DIRECTIONS:
Please give back only the lines below from the one containing "#5=IFCSIUNIT(*,.LENGTHUNIT.,.CENTI.,.METRE.);" to the one containing "#15=IFCLOCALPLACEMENT(#13,#2);", each repeated word for word, both ends included.

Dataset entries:
•••••
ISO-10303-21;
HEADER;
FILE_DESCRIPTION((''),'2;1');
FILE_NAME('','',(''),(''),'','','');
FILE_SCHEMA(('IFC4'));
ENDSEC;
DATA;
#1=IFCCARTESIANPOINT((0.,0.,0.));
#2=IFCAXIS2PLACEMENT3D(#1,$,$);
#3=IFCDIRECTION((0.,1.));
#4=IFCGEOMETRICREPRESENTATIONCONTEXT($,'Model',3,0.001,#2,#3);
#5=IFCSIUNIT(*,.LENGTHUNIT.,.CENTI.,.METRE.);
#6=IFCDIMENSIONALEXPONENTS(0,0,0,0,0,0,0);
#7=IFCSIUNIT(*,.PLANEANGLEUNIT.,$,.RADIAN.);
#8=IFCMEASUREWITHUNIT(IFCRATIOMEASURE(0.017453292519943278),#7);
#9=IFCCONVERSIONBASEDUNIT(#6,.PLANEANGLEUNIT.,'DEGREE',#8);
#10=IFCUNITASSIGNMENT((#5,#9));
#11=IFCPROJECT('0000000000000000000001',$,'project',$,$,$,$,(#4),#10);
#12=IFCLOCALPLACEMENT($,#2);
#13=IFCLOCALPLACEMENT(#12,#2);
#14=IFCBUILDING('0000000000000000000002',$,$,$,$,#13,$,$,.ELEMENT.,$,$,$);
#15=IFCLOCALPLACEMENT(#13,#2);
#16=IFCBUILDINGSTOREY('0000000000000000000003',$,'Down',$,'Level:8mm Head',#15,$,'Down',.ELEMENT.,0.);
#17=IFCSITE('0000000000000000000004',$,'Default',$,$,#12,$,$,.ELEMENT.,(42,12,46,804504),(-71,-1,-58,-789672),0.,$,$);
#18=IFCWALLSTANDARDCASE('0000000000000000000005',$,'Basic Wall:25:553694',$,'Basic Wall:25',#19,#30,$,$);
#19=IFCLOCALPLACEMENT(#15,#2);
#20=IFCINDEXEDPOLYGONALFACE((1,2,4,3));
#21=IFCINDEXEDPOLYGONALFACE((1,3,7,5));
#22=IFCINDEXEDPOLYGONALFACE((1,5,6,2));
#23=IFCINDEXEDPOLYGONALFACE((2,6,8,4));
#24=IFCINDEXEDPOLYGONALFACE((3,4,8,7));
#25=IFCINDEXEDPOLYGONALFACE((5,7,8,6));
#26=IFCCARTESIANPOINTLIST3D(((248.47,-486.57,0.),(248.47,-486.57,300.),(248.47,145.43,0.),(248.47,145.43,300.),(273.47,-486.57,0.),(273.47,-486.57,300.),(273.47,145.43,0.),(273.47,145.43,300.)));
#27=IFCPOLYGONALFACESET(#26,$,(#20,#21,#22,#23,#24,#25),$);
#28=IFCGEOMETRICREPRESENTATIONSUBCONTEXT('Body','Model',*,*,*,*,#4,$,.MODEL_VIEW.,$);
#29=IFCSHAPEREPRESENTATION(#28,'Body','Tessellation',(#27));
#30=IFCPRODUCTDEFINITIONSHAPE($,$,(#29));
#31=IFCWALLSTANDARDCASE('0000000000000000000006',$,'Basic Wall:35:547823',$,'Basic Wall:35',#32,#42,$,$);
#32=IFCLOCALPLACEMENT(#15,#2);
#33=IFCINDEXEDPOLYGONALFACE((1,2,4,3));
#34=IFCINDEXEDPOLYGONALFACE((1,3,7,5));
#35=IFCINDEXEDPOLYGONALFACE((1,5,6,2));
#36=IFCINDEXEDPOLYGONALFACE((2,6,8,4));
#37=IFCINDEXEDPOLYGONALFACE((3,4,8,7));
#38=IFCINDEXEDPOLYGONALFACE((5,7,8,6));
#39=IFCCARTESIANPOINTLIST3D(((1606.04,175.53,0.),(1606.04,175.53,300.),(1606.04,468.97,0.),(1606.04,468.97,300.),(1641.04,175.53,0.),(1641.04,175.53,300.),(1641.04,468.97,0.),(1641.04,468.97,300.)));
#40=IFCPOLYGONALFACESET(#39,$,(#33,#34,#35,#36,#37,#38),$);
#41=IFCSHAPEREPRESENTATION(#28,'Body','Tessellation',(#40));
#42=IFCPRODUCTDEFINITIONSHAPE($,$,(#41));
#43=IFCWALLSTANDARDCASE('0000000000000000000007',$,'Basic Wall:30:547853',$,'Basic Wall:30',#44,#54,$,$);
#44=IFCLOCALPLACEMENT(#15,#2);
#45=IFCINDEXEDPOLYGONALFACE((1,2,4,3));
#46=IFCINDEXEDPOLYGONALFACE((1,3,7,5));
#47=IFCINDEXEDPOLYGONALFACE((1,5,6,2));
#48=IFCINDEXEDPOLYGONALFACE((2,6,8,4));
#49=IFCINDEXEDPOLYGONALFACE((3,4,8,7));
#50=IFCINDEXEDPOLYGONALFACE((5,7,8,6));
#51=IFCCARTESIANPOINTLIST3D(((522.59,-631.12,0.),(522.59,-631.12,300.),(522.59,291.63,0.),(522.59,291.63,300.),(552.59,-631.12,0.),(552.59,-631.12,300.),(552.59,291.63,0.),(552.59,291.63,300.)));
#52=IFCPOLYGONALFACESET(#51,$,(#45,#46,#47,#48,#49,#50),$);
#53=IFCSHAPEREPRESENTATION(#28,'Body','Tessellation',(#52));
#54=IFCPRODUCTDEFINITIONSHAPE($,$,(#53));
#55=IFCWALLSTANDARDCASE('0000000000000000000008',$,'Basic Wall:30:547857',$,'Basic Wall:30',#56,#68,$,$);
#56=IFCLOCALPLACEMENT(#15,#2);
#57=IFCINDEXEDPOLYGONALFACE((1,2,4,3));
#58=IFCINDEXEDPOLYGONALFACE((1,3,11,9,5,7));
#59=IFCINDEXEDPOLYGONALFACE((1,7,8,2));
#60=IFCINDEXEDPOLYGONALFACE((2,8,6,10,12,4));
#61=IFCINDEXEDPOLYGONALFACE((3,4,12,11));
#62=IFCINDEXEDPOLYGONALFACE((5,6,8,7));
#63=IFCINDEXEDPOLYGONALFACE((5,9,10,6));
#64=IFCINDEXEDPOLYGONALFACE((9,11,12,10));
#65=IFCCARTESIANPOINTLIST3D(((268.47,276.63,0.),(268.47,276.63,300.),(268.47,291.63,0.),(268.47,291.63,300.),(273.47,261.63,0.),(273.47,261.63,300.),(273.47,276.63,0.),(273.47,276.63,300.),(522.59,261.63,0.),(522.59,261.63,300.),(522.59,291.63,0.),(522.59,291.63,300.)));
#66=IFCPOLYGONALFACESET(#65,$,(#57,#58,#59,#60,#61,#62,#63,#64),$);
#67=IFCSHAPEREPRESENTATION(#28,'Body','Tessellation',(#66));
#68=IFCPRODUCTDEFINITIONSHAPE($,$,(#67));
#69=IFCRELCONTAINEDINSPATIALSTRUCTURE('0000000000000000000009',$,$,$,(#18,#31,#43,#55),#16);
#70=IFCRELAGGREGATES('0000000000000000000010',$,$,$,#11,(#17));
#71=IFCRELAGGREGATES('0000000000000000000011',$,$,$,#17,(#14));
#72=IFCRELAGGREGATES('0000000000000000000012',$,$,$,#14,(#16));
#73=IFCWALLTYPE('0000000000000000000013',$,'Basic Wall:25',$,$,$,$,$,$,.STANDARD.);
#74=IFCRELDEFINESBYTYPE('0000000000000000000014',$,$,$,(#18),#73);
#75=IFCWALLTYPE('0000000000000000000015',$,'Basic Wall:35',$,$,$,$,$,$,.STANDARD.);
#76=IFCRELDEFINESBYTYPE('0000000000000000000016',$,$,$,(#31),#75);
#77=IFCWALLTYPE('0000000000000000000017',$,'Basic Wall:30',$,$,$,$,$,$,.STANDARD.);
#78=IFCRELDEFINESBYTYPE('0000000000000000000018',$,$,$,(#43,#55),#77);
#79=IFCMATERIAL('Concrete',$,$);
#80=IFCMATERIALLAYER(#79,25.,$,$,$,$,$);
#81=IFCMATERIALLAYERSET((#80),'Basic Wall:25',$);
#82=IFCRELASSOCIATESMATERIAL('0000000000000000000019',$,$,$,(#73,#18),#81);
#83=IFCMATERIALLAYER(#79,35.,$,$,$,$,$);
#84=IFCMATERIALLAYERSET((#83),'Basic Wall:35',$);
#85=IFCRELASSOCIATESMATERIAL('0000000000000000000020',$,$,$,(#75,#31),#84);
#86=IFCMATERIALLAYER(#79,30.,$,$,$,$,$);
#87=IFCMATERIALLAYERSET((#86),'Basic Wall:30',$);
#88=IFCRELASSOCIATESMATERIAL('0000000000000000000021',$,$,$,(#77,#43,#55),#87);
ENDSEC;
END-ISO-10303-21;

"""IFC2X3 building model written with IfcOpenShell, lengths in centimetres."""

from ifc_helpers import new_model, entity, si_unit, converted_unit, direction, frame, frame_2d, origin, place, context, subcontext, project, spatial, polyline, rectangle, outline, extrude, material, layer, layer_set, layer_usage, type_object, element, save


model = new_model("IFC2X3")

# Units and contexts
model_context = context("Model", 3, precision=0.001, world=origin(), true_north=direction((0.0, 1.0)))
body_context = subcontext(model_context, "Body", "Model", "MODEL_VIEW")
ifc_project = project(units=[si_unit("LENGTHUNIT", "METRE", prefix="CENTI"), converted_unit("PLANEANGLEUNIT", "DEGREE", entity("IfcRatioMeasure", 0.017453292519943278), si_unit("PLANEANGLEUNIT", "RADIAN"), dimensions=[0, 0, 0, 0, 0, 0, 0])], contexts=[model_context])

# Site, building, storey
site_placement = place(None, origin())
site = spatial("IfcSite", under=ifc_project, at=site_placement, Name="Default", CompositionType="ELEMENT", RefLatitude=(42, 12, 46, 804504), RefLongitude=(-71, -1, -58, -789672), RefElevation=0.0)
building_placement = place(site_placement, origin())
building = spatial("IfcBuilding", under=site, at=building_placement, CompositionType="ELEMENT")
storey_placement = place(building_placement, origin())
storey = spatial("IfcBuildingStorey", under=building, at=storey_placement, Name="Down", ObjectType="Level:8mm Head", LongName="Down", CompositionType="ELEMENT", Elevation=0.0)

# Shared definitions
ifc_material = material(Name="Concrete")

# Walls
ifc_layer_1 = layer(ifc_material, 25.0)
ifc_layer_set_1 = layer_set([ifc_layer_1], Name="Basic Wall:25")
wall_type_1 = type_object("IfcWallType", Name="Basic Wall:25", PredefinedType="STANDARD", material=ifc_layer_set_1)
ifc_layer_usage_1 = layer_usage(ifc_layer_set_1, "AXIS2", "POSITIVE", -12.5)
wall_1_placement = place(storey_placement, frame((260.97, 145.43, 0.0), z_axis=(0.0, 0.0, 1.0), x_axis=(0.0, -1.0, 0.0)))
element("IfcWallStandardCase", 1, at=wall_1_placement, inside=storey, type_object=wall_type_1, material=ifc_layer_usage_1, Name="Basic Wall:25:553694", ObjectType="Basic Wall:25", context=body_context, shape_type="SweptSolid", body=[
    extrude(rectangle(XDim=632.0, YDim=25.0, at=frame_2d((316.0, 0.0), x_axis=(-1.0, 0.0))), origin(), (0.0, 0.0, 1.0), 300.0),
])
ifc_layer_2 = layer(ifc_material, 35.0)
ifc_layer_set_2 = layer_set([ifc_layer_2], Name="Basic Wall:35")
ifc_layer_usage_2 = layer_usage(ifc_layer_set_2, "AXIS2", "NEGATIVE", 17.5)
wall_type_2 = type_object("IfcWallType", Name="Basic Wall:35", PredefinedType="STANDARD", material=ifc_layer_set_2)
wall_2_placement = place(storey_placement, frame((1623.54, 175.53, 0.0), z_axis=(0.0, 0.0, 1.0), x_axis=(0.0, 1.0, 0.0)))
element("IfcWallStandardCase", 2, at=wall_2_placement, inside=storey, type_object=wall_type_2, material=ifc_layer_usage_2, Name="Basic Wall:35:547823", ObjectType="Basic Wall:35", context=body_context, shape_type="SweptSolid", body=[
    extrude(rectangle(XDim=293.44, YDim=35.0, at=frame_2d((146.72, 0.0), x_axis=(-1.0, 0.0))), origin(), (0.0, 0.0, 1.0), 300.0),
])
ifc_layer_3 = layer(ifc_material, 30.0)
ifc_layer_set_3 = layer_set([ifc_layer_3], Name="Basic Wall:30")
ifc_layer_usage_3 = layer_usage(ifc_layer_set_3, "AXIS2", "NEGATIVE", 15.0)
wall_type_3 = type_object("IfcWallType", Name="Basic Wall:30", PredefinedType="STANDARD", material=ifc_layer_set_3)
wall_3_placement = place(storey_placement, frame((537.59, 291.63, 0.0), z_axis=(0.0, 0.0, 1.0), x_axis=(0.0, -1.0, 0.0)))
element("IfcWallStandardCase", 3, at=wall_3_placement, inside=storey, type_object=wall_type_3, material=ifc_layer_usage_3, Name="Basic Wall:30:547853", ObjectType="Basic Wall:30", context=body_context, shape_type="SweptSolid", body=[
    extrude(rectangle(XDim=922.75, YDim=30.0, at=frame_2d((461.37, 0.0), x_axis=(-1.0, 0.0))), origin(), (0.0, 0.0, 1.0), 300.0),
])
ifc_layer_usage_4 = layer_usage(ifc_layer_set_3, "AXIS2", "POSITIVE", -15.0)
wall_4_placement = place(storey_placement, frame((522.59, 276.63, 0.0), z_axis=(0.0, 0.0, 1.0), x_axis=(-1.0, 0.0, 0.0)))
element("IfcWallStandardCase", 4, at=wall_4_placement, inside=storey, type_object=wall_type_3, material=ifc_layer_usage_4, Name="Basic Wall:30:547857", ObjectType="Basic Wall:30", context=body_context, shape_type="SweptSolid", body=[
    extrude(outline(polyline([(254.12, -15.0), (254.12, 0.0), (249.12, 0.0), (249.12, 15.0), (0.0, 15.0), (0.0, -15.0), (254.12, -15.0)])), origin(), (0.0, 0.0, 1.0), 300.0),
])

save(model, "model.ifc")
•••••
EXERCISE OUTPUT:
#5=IFCSIUNIT(*,.LENGTHUNIT.,.CENTI.,.METRE.);
#6=IFCDIMENSIONALEXPONENTS(0,0,0,0,0,0,0);
#7=IFCSIUNIT(*,.PLANEANGLEUNIT.,$,.RADIAN.);
#8=IFCMEASUREWITHUNIT(IFCRATIOMEASURE(0.017453292519943278),#7);
#9=IFCCONVERSIONBASEDUNIT(#6,.PLANEANGLEUNIT.,'DEGREE',#8);
#10=IFCUNITASSIGNMENT((#5,#9));
#11=IFCPROJECT('0000000000000000000001',$,'project',$,$,$,$,(#4),#10);
#12=IFCLOCALPLACEMENT($,#2);
#13=IFCLOCALPLACEMENT(#12,#2);
#14=IFCBUILDING('0000000000000000000002',$,$,$,$,#13,$,$,.ELEMENT.,$,$,$);
#15=IFCLOCALPLACEMENT(#13,#2);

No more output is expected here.